Bestellt, aber nicht bezahlt
Eine 34-jährige Riesaerin kauft Pflanzen, obwohl sie gar kein Geld hat. Wegen Betrugs muss sie 500 Euro Strafe bezahlen. Weil es nicht das erste Mal war.
 
Von Thomas Riemer
 
Sechs Pflanzen im Wert von rund 100 Euro hat Diana C. (Name
geändert) im August des vergangenen Jahres in einer Baumschule
erworben. Doch die 34-jährige Riesaerin hat die Rechnung nicht bezahlt.
Betrug nennen das Staatsanwaltschaft und Richter Mischa Hecker und
verurteilten die Frau jetzt zu einer Geldstrafe von 500 Euro.
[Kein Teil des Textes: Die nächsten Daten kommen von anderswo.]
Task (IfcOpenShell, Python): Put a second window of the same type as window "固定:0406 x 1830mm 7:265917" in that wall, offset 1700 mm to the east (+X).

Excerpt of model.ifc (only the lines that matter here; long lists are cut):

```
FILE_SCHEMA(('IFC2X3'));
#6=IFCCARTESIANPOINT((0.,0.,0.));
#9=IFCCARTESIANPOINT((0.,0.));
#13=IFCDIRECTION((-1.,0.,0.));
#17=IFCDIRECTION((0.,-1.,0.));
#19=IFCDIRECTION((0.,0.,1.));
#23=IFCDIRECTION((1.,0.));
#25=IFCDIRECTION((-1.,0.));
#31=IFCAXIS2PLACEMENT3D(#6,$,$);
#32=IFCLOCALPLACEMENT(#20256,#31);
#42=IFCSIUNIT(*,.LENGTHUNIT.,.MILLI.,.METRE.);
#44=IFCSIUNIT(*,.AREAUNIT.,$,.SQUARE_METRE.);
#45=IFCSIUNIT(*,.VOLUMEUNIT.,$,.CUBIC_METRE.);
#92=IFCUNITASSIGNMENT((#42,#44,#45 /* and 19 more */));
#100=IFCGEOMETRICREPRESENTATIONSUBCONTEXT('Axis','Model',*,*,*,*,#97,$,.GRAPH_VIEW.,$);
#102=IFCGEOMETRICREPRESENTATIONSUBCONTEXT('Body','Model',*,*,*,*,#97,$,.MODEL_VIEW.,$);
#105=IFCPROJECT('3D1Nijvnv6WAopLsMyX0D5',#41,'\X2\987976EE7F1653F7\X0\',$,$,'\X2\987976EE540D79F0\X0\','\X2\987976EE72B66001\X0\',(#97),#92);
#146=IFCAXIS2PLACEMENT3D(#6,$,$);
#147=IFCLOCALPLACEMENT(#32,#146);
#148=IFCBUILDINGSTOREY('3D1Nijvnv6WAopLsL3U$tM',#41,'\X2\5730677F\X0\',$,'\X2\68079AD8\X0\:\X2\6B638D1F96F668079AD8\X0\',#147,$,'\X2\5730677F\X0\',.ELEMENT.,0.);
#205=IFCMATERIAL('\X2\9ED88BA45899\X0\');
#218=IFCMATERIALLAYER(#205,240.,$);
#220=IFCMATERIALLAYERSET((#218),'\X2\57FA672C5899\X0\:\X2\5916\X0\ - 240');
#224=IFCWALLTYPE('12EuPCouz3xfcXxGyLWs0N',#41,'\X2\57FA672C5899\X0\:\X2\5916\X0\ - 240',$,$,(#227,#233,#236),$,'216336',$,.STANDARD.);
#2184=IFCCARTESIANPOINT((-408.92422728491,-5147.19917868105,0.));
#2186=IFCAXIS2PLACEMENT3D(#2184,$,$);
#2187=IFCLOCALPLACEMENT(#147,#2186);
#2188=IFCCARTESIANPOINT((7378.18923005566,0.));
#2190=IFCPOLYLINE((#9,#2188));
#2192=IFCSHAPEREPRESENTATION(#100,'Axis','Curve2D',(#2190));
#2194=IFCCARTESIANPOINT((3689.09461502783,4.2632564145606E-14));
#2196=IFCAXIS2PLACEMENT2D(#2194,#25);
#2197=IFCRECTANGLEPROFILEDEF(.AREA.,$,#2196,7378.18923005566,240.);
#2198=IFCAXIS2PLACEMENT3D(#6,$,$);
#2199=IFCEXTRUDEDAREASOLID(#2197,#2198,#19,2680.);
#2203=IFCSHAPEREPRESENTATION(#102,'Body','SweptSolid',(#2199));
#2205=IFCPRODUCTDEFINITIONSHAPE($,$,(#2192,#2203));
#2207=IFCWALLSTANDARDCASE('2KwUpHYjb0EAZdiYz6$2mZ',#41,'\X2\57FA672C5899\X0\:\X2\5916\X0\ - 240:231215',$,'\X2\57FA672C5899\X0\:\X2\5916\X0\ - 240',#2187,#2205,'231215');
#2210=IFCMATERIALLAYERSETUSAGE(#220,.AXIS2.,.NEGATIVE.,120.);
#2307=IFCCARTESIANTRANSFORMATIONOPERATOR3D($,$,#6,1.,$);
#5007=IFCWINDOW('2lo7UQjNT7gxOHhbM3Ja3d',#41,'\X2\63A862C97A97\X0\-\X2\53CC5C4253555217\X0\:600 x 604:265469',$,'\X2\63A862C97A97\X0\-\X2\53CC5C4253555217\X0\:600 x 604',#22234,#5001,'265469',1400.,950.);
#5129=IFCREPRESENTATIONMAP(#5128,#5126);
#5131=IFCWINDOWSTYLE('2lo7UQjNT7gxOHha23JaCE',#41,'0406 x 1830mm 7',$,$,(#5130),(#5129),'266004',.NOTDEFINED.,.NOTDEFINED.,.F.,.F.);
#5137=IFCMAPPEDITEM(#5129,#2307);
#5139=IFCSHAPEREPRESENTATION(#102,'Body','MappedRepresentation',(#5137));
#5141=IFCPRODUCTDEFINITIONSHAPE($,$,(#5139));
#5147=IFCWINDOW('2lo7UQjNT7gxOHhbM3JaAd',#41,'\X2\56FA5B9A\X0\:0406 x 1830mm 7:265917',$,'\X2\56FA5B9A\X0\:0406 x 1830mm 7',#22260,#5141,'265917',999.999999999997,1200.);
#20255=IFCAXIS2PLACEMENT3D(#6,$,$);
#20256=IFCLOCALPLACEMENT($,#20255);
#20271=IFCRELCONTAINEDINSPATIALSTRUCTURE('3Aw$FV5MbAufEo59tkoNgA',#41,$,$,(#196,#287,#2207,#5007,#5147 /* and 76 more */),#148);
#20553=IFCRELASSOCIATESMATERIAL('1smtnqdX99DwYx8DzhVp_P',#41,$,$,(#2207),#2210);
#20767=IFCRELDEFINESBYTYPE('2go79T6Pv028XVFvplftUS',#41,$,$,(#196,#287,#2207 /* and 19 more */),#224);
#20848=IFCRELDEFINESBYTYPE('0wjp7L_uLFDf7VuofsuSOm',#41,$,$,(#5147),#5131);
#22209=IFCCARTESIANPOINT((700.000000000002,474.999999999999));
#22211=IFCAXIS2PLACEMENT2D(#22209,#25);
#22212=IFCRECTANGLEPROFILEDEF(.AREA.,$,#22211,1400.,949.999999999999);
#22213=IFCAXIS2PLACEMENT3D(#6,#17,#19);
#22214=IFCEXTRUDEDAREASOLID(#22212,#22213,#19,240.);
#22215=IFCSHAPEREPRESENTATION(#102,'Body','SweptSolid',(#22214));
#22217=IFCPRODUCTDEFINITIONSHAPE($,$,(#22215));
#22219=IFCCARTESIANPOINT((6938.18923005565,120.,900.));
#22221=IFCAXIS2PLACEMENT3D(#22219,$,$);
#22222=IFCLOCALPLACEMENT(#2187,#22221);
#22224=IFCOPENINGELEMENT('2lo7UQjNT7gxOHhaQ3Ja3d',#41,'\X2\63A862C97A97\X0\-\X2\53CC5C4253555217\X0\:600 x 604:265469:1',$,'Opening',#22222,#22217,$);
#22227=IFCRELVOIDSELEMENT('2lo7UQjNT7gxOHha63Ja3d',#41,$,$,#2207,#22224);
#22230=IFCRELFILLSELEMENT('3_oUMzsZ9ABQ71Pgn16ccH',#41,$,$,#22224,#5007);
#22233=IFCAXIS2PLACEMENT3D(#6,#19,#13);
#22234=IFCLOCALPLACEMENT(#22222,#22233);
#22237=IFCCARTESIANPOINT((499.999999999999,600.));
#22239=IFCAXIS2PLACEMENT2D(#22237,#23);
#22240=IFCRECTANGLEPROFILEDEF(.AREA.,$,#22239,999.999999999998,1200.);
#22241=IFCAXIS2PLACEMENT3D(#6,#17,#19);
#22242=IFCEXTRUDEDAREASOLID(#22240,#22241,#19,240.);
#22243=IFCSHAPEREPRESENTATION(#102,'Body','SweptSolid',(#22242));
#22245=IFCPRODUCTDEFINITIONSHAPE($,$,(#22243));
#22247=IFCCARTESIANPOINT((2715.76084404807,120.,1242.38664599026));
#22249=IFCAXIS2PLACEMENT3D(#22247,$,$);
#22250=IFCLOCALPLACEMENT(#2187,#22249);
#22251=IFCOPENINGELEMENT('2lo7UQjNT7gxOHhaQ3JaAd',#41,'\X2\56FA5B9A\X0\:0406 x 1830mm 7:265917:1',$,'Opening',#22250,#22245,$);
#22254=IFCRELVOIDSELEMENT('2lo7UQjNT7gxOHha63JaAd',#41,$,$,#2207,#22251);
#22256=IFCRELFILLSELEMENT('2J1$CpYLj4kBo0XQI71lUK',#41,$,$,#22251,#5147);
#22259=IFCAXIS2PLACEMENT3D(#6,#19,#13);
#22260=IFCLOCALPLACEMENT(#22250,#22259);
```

```python
import ifcopenshell
import ifcopenshell.api.feature
import ifcopenshell.api.geometry
import ifcopenshell.api.root
import ifcopenshell.geom
import ifcopenshell.util.element
import ifcopenshell.util.placement
import ifcopenshell.util.shape
import ifcopenshell.util.unit

model = ifcopenshell.open("model.ifc")
unit_scale = ifcopenshell.util.unit.calculate_unit_scale(model)
settings = ifcopenshell.geom.settings()


def volume(element):
    """Net volume in cubic metres, openings subtracted."""
    shape = ifcopenshell.geom.create_shape(settings, element)
    return ifcopenshell.util.shape.get_volume(shape.geometry)


def reuse_history(source, copy):
    """copy_class also copies each property set's owner history, people and application; keep the originals."""
    for rel in copy.IsDefinedBy:
        if rel.is_a("IfcRelDefinesByProperties") and (history := rel.RelatingPropertyDefinition.OwnerHistory):
            rel.RelatingPropertyDefinition.OwnerHistory = source.OwnerHistory
            ifcopenshell.util.element.remove_deep2(model, history)


window = model.by_guid("2lo7UQjNT7gxOHhbM3JaAd")
opening = window.FillsVoids[0].RelatingOpeningElement
wall = opening.VoidsElements[0].RelatingBuildingElement
before = volume(wall)
shift = ifcopenshell.util.placement.get_local_placement(wall.ObjectPlacement)[:3, 0] * 1.7 / unit_scale

# copy_class copies the void relationship, type, container and properties, but no geometry.
new_opening = ifcopenshell.api.root.copy_class(model, product=opening)
new_opening.Representation = ifcopenshell.util.element.copy_deep(
    model, opening.Representation, exclude=["IfcGeometricRepresentationContext", "IfcRepresentationMap"]
)
new_opening.Name = "固定:0406 x 1830mm 7"
new_window = ifcopenshell.api.root.copy_class(model, product=window)
new_window.Representation = ifcopenshell.util.element.copy_deep(
    model, window.Representation, exclude=["IfcGeometricRepresentationContext", "IfcRepresentationMap"]
)
new_window.Name = "固定:0406 x 1830mm 7"
new_window.Tag = None
reuse_history(window, new_window)
fills = ifcopenshell.api.feature.add_filling(model, opening=new_opening, element=new_window)
fills.OwnerHistory = new_window.OwnerHistory  # required in IFC2X3

for old, new in ((opening, new_opening), (window, new_window)):
    matrix = ifcopenshell.util.placement.get_local_placement(old.ObjectPlacement)
    matrix[:3, 3] += shift
    ifcopenshell.api.geometry.edit_object_placement(model, product=new, matrix=matrix, is_si=False)

after = volume(wall)

print(f"wall volume {before:.3f} -> {after:.3f} m3")

model.write("model_edited.ifc")
```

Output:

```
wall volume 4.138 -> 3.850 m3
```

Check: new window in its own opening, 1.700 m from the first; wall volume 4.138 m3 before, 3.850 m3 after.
Der Grund für die Tat ist simpel: Diana C. hatte schlicht und einfach
kein Geld. Zwar erwartete die Hart-IV-Empfängerin nach eigener aussage
zu jener Zeit eine Nachzahlung des Jobcenters in Höhe von rund 600
Euro. „Aber mein Mann hat mir das Geld weggenommen“, so Diana C. Pikant
allerdings: Wegen eines ähnlichen Deliktes war die Frau schon im
vergangenen Jahr wegen Betrugs mit einer Strafe von 300 Euro belegt
worden. Zwar zeigte sich Diana C. im Gerichtssaal geständig und
reumütig – ja fast ein wenig verzweifelt.
Doch für Richter Hecker bleibt es „unbegreiflich, dass Sie etwas
bestellen und dabei wussten, dass Sie nicht bezahlen können. In einem
anderen Fall, so sein Wink, habe er vor kurzem eine Frau ins Gefängnis
geschickt. Sie hatte die Masche allerdings zum vierten Mal probiert.